The alert was given by Maria Farmer, a friend of the septuagenarian worried about not having heard from him for several days. According to his confidences to the Daily Beast, the years spent in prison have changed Steven Hoffenberg. Before his release in 2013, the man became a born again Christian, a term used by evangelists to refer to the "new birth" of some believers. "The world lost a true gentleman with a big heart and a loving spirit. He was so loyal. He was always there," the painter assured the American media. "I became his family and he became mine."

In the 1980s, Steven Hoffenberg was a small star of the New York social scene. Tenant of an entire floor of Trump Tower – he briefly supported Donald Trump during the 2016 campaign – he had even tried to buy the New York Post in great difficulty, before the editorial staff turned against the one it had once called "white knight."

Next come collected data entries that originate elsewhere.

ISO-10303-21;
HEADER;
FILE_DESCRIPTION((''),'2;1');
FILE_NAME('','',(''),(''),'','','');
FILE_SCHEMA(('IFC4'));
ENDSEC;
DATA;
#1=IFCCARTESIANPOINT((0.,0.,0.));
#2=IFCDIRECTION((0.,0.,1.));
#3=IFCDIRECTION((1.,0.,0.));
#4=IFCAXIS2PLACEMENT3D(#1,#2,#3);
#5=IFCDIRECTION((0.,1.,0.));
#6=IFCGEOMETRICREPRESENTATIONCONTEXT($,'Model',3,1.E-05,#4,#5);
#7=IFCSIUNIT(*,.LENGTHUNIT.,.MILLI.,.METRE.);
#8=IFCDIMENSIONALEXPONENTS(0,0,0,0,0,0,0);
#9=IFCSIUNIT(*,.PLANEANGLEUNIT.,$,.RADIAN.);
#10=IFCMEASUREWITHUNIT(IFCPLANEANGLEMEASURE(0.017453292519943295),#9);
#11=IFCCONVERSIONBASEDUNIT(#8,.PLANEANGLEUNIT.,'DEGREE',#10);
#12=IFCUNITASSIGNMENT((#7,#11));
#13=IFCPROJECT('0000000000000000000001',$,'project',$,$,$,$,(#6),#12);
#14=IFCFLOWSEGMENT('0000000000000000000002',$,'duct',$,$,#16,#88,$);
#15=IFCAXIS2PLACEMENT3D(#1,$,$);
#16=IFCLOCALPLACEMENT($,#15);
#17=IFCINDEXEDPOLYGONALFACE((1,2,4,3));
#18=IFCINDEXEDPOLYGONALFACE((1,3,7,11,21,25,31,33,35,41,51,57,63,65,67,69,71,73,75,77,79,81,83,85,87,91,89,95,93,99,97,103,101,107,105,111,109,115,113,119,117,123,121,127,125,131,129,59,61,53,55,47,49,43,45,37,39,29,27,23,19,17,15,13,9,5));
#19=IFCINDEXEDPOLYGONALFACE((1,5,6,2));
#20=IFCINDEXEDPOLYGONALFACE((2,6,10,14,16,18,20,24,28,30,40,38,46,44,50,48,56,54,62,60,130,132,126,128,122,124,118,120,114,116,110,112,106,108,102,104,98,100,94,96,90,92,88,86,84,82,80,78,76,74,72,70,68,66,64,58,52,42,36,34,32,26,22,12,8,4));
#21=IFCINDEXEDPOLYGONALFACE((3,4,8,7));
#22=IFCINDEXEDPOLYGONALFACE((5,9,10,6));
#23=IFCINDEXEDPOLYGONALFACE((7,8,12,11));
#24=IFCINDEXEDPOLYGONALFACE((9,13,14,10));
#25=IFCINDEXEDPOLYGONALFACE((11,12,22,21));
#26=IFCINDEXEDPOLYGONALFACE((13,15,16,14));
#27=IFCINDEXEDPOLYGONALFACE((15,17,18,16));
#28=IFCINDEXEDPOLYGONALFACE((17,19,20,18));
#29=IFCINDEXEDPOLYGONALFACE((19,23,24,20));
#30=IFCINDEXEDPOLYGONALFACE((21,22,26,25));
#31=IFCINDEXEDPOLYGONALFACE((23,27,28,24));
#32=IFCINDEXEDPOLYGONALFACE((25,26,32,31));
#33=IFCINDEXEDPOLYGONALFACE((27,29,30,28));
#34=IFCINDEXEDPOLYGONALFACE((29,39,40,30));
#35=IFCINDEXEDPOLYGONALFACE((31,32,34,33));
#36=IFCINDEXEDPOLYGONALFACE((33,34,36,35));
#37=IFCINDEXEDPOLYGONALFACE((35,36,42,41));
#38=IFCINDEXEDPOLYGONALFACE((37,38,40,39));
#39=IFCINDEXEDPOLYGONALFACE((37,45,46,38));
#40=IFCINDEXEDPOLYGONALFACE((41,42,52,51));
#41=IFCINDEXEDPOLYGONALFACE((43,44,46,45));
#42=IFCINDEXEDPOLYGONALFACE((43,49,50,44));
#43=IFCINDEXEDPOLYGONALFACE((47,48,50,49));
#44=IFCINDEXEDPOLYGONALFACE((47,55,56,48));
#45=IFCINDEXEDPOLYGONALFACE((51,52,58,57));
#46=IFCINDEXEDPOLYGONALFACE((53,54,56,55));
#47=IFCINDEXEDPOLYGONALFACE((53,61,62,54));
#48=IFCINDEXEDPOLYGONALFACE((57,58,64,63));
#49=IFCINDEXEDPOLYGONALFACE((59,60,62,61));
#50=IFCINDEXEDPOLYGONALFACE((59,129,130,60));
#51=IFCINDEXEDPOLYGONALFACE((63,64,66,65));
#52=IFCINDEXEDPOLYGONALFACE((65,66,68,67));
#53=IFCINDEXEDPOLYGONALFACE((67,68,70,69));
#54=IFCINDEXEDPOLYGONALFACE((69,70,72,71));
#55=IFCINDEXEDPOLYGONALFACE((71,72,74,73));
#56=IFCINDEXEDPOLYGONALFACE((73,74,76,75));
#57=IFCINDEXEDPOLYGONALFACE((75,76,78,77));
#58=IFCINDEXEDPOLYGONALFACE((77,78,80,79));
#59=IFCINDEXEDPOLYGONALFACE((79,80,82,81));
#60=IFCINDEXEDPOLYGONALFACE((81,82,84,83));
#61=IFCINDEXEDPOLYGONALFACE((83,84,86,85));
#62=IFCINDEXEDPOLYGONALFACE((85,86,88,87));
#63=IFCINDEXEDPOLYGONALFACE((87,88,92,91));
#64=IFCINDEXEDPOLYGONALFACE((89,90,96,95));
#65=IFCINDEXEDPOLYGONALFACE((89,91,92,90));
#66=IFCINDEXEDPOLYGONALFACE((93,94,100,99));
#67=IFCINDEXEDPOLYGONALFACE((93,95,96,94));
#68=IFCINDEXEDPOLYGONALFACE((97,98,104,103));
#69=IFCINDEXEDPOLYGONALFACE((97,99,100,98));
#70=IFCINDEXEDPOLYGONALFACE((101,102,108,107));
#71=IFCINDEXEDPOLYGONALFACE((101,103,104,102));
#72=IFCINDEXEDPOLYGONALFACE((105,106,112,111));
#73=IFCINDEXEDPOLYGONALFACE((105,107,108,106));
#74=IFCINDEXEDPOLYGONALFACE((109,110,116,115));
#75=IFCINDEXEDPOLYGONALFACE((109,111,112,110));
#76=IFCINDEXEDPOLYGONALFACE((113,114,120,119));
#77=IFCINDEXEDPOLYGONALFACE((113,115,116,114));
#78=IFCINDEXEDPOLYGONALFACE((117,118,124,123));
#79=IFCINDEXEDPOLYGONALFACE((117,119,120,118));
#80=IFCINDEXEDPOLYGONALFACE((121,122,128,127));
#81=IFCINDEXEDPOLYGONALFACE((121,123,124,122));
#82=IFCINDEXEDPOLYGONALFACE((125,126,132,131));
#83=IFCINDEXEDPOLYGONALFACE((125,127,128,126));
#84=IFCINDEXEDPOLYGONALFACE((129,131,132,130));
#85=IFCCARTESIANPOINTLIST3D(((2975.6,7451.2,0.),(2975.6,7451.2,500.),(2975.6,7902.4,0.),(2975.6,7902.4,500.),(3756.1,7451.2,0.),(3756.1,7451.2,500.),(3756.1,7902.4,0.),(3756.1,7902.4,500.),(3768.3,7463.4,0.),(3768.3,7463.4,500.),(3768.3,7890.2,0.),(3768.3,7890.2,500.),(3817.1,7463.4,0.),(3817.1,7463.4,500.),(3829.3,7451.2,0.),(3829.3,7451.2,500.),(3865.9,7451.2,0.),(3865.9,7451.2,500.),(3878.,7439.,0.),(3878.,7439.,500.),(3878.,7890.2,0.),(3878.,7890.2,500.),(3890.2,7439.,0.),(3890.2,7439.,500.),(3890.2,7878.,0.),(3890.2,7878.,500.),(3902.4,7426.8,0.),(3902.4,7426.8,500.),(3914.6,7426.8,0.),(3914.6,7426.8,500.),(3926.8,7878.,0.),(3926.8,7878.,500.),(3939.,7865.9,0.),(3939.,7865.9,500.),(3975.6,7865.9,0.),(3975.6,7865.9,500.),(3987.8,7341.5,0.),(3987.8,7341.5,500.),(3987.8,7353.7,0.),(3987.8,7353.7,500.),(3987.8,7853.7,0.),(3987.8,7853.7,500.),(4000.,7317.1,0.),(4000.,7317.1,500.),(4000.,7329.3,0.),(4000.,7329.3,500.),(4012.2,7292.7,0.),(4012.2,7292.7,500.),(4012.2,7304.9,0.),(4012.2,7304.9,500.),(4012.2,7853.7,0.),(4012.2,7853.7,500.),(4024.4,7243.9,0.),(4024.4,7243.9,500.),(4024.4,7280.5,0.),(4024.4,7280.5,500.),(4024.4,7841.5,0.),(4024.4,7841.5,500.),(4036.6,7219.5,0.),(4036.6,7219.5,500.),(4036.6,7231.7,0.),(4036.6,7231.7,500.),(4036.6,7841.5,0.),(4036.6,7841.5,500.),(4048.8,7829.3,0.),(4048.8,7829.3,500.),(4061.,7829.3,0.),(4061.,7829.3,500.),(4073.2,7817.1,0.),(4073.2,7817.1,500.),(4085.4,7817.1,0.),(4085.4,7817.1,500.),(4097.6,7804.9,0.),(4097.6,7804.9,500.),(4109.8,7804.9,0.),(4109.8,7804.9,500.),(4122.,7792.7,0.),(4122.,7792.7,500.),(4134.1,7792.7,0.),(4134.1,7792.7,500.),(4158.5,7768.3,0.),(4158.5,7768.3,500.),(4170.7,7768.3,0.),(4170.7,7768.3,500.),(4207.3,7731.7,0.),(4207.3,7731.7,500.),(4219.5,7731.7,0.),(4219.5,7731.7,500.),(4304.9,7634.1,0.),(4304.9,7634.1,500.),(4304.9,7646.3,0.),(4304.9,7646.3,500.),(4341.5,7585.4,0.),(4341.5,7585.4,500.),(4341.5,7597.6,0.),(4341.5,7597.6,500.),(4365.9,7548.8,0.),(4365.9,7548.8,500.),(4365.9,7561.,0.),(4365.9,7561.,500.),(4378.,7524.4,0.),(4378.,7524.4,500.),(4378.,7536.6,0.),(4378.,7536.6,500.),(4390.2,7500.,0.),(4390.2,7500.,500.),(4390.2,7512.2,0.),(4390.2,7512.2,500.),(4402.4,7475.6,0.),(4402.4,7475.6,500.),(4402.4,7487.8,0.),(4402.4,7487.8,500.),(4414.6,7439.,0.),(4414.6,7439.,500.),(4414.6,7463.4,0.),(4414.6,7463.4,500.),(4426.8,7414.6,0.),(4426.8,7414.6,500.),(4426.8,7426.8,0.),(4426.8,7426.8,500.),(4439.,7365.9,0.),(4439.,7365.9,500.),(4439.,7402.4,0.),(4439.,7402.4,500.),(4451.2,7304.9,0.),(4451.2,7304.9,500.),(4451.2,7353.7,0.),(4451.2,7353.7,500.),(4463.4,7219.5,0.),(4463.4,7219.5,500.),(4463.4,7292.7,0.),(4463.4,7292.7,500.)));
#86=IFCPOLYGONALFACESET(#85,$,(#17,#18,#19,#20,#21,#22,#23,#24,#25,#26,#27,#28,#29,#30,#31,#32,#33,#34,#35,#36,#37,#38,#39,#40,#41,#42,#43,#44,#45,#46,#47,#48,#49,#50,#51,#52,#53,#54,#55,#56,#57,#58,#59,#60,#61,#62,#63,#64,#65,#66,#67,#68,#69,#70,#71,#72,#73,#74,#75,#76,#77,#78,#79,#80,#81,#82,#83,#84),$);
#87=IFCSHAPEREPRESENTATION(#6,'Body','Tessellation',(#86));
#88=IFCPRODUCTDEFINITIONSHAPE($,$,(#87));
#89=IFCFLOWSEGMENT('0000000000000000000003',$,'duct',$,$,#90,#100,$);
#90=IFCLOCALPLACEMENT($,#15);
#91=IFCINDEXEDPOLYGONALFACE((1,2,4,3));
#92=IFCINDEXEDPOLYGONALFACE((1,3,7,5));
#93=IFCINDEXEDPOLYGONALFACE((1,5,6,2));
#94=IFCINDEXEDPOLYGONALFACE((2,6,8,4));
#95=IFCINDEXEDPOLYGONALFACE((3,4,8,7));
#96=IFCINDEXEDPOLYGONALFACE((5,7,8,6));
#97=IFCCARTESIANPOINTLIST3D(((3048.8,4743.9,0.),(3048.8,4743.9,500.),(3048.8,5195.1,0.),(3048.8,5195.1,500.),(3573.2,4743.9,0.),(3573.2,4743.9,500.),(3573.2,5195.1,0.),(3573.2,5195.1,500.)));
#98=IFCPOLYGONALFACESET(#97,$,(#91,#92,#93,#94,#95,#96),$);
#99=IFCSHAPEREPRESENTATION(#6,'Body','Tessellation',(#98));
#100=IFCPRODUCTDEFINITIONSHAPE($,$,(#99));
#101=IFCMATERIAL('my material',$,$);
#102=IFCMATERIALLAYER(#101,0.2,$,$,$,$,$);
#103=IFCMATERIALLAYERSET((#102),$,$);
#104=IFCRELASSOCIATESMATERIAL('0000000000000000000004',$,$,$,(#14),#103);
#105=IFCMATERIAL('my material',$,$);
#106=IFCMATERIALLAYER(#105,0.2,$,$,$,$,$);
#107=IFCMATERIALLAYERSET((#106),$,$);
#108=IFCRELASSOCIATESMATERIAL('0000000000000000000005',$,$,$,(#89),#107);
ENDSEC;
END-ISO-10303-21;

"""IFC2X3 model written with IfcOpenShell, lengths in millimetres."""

from ifc_helpers import new_model, entity, si_unit, converted_unit, direction, origin_with_axes, place, context, project, polyline, outline, extrude, material, layer, layer_set, layer_usage, element, save


model = new_model("IFC2X3")

# Units and contexts
model_context = context("Model", 3, precision=1e-05, world=origin_with_axes(), true_north=direction((0.0, 1.0, 0.0)))
ifc_project = project(units=[si_unit("LENGTHUNIT", "METRE", prefix="MILLI"), converted_unit("PLANEANGLEUNIT", "DEGREE", entity("IfcPlaneAngleMeasure", 0.017453292519943295), si_unit("PLANEANGLEUNIT", "RADIAN"), dimensions=[0, 0, 0, 0, 0, 0, 0])], contexts=[model_context])

# Flow segments
ifc_material_1 = material(Name="my material")
ifc_layer_1 = layer(ifc_material_1, 0.2)
ifc_layer_set_1 = layer_set([ifc_layer_1])
ifc_layer_usage_1 = layer_usage(ifc_layer_set_1, "AXIS2", "POSITIVE", -0.1)
flow_segment_1_placement = place(None, origin_with_axes())
element("IfcFlowSegment", 1, at=flow_segment_1_placement, material=ifc_layer_usage_1, Name="duct", context=model_context, shape_type="SweptSolid", body=[
    extrude(outline(polyline([(2975.6, 7451.2), (3756.1, 7451.2), (3768.3, 7463.4), (3817.1, 7463.4), (3829.3, 7451.2), (3865.9, 7451.2), (3878.0, 7439.0), (3890.2, 7439.0), (3902.4, 7426.8), (3914.6, 7426.8), (3987.8, 7353.7), (3987.8, 7341.5), (4000.0, 7329.3), (4000.0, 7317.1), (4012.2, 7304.9), (4012.2, 7292.7), (4024.4, 7280.5), (4024.4, 7243.9), (4036.6, 7231.7), (4036.6, 7219.5), (4463.4, 7219.5), (4463.4, 7292.7), (4451.2, 7304.9), (4451.2, 7353.7), (4439.0, 7365.9), (4439.0, 7402.4), (4426.8, 7414.6), (4426.8, 7426.8), (4414.6, 7439.0), (4414.6, 7463.4), (4402.4, 7475.6), (4402.4, 7487.8), (4390.2, 7500.0), (4390.2, 7512.2), (4378.0, 7524.4), (4378.0, 7536.6), (4365.9, 7548.8), (4365.9, 7561.0), (4341.5, 7585.4), (4341.5, 7597.6), (4304.9, 7634.1), (4304.9, 7646.3), (4219.5, 7731.7), (4207.3, 7731.7), (4170.7, 7768.3), (4158.5, 7768.3), (4134.1, 7792.7), (4122.0, 7792.7), (4109.8, 7804.9), (4097.6, 7804.9), (4085.4, 7817.1), (4073.2, 7817.1), (4061.0, 7829.3), (4048.8, 7829.3), (4036.6, 7841.5), (4024.4, 7841.5), (4012.2, 7853.7), (3987.8, 7853.7), (3975.6, 7865.9), (3939.0, 7865.9), (3926.8, 7878.0), (3890.2, 7878.0), (3878.0, 7890.2), (3768.3, 7890.2), (3756.1, 7902.4), (2975.6, 7902.4), (2975.6, 7451.2)])), origin_with_axes(), (0.0, 0.0, 1.0), 500.0),
])
ifc_material_2 = material(Name="my material")
ifc_layer_2 = layer(ifc_material_2, 0.2)
ifc_layer_set_2 = layer_set([ifc_layer_2])
ifc_layer_usage_2 = layer_usage(ifc_layer_set_2, "AXIS2", "POSITIVE", -0.1)
flow_segment_2_placement = place(None, origin_with_axes())
element("IfcFlowSegment", 2, at=flow_segment_2_placement, material=ifc_layer_usage_2, Name="duct", context=model_context, shape_type="SweptSolid", body=[
    extrude(outline(polyline([(3048.8, 4743.9), (3573.2, 4743.9), (3573.2, 5195.1), (3048.8, 5195.1), (3048.8, 4743.9)])), origin_with_axes(), (0.0, 0.0, 1.0), 500.0),
])

save(model, "model.ifc")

462 million embezzled… and disappeared

After several investigations, Steven Hoffenberg pleaded guilty in 1995 and received a 20-year prison sentence, served from 1997 to 2013, for orchestrating one of the biggest pyramid schemes in the country's history: like Bernard Madoff after him, he baited clients by promising them a high return, then used the investment of one to pay back the other. Some $462.5 million of the embezzled money was used to keep the businessman in the black through his company Towers Financial. He was fined one million dollars and ordered to return the half billion dollars stolen, but the money disappeared. A tragedy for his victims, some of whom had entrusted him with a large part of their salary in anticipation of their retirement: "My current financial condition means that I will have to continue to work to survive… I worked nights, I didn't spend much time with my family. I thought I would have more time when I retired, but apparently not," Anthony Mattos, a California foreman, told the New York Times. In total, he lost the $160,000 he invested in Steven Hoffenberg's fraudulent business.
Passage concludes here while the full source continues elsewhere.